> _What is being asked_
From the line with "#148=IFCINDEXEDPOLYGONALFACE((1,2,4,3));" to the line with "#9=IFCCONVERSIONBASEDUNIT(#6,.PLANEANGLEUNIT.,'DEGREE',#8);", retype every line exactly, including those two, and leave out the rest of the data below.

** Listed records follows **

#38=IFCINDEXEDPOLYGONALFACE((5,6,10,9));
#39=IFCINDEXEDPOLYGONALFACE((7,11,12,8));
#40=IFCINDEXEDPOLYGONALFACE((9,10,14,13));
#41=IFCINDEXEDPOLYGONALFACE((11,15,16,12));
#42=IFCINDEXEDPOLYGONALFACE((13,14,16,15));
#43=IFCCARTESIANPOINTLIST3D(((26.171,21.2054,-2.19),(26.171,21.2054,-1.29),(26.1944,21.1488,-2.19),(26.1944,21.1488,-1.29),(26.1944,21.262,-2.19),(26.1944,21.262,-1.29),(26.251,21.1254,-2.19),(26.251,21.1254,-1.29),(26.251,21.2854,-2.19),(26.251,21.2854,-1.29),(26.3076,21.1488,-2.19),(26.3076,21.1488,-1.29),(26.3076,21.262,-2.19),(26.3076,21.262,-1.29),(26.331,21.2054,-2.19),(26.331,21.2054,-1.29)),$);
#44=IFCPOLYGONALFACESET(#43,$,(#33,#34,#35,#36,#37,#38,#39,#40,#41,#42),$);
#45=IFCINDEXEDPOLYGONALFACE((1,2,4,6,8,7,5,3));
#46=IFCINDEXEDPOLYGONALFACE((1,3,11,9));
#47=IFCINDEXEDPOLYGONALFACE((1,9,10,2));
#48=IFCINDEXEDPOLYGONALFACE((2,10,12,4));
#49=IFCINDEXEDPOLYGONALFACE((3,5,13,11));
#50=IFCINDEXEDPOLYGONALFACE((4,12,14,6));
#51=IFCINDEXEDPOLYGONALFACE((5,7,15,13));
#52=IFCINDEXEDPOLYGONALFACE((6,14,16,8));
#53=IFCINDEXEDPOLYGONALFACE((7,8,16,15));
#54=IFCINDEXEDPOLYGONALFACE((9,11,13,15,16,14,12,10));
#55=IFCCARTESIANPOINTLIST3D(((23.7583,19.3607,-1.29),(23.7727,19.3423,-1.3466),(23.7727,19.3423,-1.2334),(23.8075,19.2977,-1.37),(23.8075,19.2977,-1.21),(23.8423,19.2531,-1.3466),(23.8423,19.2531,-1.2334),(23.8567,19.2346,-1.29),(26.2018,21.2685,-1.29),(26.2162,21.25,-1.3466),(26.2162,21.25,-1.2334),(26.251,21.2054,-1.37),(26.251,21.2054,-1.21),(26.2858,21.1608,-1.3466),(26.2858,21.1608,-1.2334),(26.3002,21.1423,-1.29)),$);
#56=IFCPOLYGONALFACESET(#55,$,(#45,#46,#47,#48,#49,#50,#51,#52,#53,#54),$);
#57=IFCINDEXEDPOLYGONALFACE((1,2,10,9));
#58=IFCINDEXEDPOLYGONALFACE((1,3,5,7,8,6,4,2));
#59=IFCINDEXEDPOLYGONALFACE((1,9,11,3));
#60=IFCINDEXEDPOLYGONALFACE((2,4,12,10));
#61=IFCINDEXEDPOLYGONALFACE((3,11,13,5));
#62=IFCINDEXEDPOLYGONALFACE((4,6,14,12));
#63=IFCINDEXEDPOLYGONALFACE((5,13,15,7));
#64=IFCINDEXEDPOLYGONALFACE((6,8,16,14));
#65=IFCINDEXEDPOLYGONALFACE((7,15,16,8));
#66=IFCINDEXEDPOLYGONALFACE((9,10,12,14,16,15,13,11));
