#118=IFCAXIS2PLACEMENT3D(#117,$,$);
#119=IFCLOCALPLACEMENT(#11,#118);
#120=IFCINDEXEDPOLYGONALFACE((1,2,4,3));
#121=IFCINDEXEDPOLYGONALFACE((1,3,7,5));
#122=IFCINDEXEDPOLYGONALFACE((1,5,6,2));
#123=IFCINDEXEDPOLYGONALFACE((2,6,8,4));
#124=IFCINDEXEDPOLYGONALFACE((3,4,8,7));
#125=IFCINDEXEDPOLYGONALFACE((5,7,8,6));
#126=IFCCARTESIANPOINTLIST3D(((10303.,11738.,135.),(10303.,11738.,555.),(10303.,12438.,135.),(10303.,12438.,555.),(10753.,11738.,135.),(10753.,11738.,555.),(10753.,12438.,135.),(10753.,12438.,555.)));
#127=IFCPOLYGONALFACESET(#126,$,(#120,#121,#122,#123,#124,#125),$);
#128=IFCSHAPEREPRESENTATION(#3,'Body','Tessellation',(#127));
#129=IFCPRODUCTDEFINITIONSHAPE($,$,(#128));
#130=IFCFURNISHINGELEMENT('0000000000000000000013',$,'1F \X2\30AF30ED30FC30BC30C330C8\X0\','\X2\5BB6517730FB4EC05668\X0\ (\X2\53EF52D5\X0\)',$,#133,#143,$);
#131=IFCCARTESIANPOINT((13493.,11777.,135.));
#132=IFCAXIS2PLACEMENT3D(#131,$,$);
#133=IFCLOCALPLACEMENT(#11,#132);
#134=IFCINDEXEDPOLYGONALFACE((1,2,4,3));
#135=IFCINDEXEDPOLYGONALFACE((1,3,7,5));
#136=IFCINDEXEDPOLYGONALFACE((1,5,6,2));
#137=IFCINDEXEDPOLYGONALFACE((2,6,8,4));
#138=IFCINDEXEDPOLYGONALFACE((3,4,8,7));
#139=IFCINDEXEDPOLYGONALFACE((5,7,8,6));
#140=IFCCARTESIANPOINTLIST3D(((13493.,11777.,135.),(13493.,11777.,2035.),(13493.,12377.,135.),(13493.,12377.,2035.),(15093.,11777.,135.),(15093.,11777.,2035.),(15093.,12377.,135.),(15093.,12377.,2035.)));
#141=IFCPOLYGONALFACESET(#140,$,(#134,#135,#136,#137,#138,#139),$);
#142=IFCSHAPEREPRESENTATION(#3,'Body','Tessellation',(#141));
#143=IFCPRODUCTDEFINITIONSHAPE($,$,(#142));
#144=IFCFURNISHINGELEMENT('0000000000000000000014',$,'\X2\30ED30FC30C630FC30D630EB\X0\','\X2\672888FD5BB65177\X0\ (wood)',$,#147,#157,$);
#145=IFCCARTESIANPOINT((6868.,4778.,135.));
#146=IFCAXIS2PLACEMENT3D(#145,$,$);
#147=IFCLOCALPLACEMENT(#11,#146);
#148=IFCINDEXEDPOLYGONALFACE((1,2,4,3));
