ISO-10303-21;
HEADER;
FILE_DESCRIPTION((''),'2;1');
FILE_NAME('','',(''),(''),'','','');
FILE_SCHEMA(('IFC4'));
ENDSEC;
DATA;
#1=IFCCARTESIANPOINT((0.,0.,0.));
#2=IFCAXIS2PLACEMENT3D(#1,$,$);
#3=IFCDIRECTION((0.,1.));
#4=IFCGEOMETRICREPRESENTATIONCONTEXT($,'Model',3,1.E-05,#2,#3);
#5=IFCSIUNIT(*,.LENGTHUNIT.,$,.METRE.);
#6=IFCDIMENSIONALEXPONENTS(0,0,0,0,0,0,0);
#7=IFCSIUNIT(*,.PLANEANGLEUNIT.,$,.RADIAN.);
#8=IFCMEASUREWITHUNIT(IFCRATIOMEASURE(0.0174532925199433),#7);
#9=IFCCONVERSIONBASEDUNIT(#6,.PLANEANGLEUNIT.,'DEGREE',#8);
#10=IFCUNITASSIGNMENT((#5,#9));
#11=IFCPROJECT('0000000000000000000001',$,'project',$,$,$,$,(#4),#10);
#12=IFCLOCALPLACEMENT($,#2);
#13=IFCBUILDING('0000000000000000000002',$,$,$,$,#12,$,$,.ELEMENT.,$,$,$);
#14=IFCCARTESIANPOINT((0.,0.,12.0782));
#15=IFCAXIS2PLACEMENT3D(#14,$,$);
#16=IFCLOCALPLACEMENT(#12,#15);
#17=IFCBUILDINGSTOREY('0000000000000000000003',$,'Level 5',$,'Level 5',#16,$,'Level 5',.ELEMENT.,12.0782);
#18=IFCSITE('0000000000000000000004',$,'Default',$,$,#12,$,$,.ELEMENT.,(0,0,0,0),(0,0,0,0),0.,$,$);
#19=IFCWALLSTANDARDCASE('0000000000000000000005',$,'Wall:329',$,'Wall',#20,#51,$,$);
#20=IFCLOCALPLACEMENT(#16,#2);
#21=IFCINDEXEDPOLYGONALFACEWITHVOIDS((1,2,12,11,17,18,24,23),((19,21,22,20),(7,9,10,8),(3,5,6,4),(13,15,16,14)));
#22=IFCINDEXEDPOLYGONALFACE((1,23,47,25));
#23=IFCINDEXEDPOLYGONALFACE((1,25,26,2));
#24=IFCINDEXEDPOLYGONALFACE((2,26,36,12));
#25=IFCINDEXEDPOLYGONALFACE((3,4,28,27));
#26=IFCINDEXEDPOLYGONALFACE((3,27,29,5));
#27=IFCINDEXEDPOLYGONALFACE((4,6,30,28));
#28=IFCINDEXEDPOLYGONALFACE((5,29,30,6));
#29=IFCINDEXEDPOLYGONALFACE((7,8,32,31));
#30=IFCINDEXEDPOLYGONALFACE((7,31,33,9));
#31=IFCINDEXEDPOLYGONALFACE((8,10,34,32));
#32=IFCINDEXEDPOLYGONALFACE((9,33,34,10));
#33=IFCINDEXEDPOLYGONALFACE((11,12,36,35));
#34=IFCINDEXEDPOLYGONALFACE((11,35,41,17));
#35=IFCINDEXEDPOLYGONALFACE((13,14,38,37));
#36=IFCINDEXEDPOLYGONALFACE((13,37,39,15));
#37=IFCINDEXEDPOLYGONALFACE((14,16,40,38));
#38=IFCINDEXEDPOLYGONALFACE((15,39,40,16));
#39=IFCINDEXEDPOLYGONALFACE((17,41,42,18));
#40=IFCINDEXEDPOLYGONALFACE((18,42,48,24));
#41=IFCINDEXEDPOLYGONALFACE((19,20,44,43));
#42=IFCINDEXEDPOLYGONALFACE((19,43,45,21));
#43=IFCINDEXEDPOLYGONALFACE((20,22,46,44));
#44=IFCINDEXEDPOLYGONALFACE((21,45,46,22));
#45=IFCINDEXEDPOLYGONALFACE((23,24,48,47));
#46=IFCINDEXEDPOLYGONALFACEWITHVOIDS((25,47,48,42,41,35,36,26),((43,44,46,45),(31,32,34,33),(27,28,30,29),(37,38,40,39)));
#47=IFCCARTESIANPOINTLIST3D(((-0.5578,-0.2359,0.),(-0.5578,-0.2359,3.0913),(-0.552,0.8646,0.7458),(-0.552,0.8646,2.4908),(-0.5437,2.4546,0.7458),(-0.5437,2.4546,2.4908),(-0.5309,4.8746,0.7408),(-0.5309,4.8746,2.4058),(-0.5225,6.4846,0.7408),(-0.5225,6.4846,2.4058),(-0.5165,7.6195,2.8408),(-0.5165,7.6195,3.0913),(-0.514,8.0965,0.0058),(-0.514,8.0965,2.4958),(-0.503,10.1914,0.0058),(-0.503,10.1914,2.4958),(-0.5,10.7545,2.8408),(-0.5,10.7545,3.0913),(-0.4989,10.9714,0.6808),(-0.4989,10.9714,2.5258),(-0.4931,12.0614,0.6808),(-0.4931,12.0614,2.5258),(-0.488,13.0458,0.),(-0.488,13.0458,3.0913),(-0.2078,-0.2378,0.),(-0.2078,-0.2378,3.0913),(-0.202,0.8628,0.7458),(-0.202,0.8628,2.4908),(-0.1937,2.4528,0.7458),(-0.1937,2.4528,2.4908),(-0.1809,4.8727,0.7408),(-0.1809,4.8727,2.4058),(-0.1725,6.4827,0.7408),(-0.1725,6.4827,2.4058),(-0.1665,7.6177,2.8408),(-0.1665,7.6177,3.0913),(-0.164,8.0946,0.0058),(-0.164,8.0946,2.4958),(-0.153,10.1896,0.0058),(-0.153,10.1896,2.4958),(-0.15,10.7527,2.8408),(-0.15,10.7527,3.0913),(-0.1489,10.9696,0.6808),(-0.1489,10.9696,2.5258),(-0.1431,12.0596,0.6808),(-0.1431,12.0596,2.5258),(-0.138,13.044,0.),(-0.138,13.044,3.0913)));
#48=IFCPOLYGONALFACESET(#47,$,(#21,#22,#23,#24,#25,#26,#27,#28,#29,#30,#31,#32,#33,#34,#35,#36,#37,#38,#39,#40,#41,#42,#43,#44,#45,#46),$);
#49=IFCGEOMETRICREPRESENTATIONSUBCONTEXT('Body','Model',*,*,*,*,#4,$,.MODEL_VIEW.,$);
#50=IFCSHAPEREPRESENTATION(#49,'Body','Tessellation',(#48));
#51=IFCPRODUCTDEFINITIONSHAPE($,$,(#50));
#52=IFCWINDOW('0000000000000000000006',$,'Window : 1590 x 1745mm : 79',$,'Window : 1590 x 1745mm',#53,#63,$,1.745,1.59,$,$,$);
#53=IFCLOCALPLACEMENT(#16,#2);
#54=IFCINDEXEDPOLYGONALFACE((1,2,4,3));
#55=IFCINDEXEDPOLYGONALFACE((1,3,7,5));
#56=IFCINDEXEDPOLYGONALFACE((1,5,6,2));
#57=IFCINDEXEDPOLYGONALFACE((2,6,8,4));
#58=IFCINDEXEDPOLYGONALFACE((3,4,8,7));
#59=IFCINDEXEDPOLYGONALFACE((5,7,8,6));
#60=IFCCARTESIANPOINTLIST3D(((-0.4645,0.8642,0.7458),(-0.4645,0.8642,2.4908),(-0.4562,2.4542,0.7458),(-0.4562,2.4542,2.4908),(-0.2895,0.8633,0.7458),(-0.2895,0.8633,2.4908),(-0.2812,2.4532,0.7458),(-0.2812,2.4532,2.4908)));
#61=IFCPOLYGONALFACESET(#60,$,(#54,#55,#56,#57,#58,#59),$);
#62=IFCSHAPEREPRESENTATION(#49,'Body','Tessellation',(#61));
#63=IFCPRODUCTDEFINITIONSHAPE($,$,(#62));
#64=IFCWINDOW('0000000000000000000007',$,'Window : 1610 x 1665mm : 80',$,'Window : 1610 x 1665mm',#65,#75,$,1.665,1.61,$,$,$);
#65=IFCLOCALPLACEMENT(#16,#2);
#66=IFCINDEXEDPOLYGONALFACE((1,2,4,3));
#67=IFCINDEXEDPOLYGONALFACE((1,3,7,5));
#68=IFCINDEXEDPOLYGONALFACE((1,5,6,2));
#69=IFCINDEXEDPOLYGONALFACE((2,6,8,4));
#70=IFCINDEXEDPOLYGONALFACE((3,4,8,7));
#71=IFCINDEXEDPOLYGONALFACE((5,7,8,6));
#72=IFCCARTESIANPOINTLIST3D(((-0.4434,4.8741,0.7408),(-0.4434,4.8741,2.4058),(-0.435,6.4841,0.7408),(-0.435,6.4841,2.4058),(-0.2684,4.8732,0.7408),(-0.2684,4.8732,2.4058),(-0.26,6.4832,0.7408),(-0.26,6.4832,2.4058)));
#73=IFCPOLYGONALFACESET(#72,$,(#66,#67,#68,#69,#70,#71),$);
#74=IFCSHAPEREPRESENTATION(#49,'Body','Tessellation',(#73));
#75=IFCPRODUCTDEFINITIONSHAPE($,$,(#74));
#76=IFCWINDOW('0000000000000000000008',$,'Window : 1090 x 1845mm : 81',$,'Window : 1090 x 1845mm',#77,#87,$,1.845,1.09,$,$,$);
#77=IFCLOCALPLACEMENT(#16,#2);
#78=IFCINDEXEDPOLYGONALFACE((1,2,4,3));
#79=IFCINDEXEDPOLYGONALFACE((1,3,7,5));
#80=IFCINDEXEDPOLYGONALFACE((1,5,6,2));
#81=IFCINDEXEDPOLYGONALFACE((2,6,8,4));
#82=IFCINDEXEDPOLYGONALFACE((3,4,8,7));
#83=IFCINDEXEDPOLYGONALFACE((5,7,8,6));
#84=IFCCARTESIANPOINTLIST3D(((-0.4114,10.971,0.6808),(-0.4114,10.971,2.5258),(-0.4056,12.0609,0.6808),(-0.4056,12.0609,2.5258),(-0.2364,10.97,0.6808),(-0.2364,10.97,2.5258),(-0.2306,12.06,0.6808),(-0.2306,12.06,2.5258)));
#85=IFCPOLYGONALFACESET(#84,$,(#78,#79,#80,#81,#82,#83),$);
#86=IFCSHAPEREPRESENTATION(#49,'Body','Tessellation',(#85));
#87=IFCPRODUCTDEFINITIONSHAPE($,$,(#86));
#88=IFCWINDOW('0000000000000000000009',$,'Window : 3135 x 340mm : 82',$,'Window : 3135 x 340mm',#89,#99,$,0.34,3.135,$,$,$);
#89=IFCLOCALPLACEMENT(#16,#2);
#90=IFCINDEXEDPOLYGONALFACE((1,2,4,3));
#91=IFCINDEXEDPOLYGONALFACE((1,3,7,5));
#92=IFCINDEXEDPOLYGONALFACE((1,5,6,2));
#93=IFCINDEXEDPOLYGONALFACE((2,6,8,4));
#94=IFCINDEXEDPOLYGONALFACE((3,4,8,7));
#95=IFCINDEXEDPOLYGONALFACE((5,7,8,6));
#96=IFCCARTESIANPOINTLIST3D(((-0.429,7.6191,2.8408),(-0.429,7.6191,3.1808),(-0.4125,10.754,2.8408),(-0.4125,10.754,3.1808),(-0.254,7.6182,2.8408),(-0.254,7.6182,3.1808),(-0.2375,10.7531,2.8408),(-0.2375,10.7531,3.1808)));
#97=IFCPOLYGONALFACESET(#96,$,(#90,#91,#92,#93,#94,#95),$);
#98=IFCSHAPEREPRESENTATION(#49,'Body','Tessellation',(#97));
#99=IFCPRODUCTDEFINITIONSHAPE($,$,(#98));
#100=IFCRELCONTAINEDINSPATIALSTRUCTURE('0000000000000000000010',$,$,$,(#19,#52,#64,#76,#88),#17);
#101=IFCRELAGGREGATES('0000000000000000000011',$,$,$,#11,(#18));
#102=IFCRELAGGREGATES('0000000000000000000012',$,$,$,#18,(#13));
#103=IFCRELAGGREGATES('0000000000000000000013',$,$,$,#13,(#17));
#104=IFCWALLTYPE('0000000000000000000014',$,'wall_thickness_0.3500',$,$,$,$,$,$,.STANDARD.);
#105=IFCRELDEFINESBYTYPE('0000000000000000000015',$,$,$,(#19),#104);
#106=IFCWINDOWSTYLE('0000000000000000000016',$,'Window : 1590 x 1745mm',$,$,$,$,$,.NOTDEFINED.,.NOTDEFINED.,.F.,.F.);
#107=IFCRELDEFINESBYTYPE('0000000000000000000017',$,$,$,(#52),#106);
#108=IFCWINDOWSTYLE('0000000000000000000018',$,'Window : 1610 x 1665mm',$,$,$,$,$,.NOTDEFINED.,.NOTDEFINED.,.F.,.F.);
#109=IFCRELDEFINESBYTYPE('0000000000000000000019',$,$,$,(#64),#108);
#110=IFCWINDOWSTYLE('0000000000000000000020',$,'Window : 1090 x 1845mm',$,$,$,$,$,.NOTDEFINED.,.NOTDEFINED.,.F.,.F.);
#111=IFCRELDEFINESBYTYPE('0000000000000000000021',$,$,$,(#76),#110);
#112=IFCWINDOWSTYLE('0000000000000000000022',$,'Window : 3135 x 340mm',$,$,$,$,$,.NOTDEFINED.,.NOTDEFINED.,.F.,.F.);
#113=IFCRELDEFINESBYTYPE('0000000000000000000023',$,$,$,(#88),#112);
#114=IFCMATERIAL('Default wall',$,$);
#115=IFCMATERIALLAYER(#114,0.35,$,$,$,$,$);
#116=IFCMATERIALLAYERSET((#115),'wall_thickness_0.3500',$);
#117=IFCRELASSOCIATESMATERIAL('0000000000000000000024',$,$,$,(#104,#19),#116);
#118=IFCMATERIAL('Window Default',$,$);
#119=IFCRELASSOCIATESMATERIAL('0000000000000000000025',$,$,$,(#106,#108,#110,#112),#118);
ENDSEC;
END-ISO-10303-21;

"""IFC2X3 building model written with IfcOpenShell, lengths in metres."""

from ifc_helpers import new_model, entity, si_unit, converted_unit, direction, frame, frame_2d, origin, origin_2d_with_axis, place, context, subcontext, project, spatial, polyline, rectangle, outline, extrude, clip, halfspace, source, transform, mapped, material, layer, layer_set, layer_usage, type_object, type_shapes, element, fill, save


model = new_model("IFC2X3")

# Units and contexts
model_context = context("Model", 3, precision=1e-05, world=origin(), true_north=direction((0.0, 1.0)))
body_context = subcontext(model_context, "Body", "Model", "MODEL_VIEW")
ifc_project = project(units=[si_unit("LENGTHUNIT", "METRE"), converted_unit("PLANEANGLEUNIT", "DEGREE", entity("IfcRatioMeasure", 0.0174532925199433), si_unit("PLANEANGLEUNIT", "RADIAN"), dimensions=[0, 0, 0, 0, 0, 0, 0])], contexts=[model_context])

# Site, building, storey
placement_1 = place(None, origin())
site = spatial("IfcSite", under=ifc_project, at=placement_1, Name="Default", CompositionType="ELEMENT", RefLatitude=(0, 0, 0, 0), RefLongitude=(0, 0, 0, 0), RefElevation=0.0)
building = spatial("IfcBuilding", under=site, at=placement_1, CompositionType="ELEMENT")
storey_placement = place(placement_1, frame((0.0, 0.0, 12.0782)))
storey = spatial("IfcBuildingStorey", under=building, at=storey_placement, Name="Level 5", ObjectType="Level 5", LongName="Level 5", CompositionType="ELEMENT", Elevation=12.0782)

# Wall, openings, windows
ifc_material_1 = material(Name="Default wall")
ifc_layer_1 = layer(ifc_material_1, 0.35)
ifc_layer_set_1 = layer_set([ifc_layer_1], Name="wall_thickness_0.3500")
ifc_layer_usage_1 = layer_usage(ifc_layer_set_1, "AXIS2", "POSITIVE", -0.175)
wall_type_1 = type_object("IfcWallType", Name="wall_thickness_0.3500", PredefinedType="STANDARD", material=ifc_layer_set_1)
wall_1_placement = place(storey_placement, frame((-0.313, 13.0449, 0.0), z_axis=(0.0, 0.0, 1.0), x_axis=(-0.005258, -0.999986, 0.0)))
wall_1 = element("IfcWallStandardCase", 1, at=wall_1_placement, inside=storey, type_object=wall_type_1, material=ifc_layer_usage_1, Name="Wall:329", ObjectType="Wall", context=body_context, shape_type="Clipping", body=[
    clip(extrude(outline(polyline([(13.2819, -0.175), (13.2819, 0.175), (0.0, 0.175), (0.0, -0.175), (13.2819, -0.175)])), origin(), (0.0, 0.0, 1.0), 3.0913), halfspace(frame((-62.7971, -1.2439, 4.0083), z_axis=(0.000635, -0.389903, 0.920856), x_axis=(0.000711, 0.920855, 0.389905)), False)),
])
opening_1_placement = place(wall_1_placement, frame((2.8544, -0.175, 0.0058)))
element("IfcOpeningElement", 2, at=opening_1_placement, cuts=wall_1, ObjectType="Opening", context=body_context, shape_type="SweptSolid", body=[
    extrude(rectangle(XDim=2.095, YDim=2.49, at=frame_2d((1.245, 1.0475), x_axis=(0.0, 1.0))), frame((0.0, 0.0, 0.0), z_axis=(0.0, 1.0, 0.0), x_axis=(0.0, 0.0, 1.0)), (0.0, 0.0, 1.0), 0.35),
])
opening_2_placement = place(wall_1_placement, frame((10.5914, -0.175, 0.7458)))
opening_2 = element("IfcOpeningElement", 3, at=opening_2_placement, cuts=wall_1, ObjectType="Opening", context=body_context, shape_type="SweptSolid", body=[
    extrude(rectangle(XDim=1.59, YDim=1.745, at=frame_2d((0.8725, 0.795), x_axis=(0.0, 1.0))), frame((0.0, 0.0, 0.0), z_axis=(0.0, 1.0, 0.0), x_axis=(0.0, 0.0, 1.0)), (0.0, 0.0, 1.0), 0.35),
])
opening_3_placement = place(wall_1_placement, frame((6.5614, -0.175, 0.7408)))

** End of Listed records **

> _Solution to this problem_
#148=IFCINDEXEDPOLYGONALFACE((1,2,4,3));
ISO-10303-21;
HEADER;
FILE_DESCRIPTION((''),'2;1');
FILE_NAME('','',(''),(''),'','','');
FILE_SCHEMA(('IFC4'));
ENDSEC;
DATA;
#1=IFCCARTESIANPOINT((0.,0.,0.));
#2=IFCAXIS2PLACEMENT3D(#1,$,$);
#3=IFCDIRECTION((0.,1.));
#4=IFCGEOMETRICREPRESENTATIONCONTEXT($,'Model',3,1.E-05,#2,#3);
#5=IFCSIUNIT(*,.LENGTHUNIT.,$,.METRE.);
#6=IFCDIMENSIONALEXPONENTS(0,0,0,0,0,0,0);
#7=IFCSIUNIT(*,.PLANEANGLEUNIT.,$,.RADIAN.);
#8=IFCMEASUREWITHUNIT(IFCRATIOMEASURE(0.0174532925199433),#7);
#9=IFCCONVERSIONBASEDUNIT(#6,.PLANEANGLEUNIT.,'DEGREE',#8);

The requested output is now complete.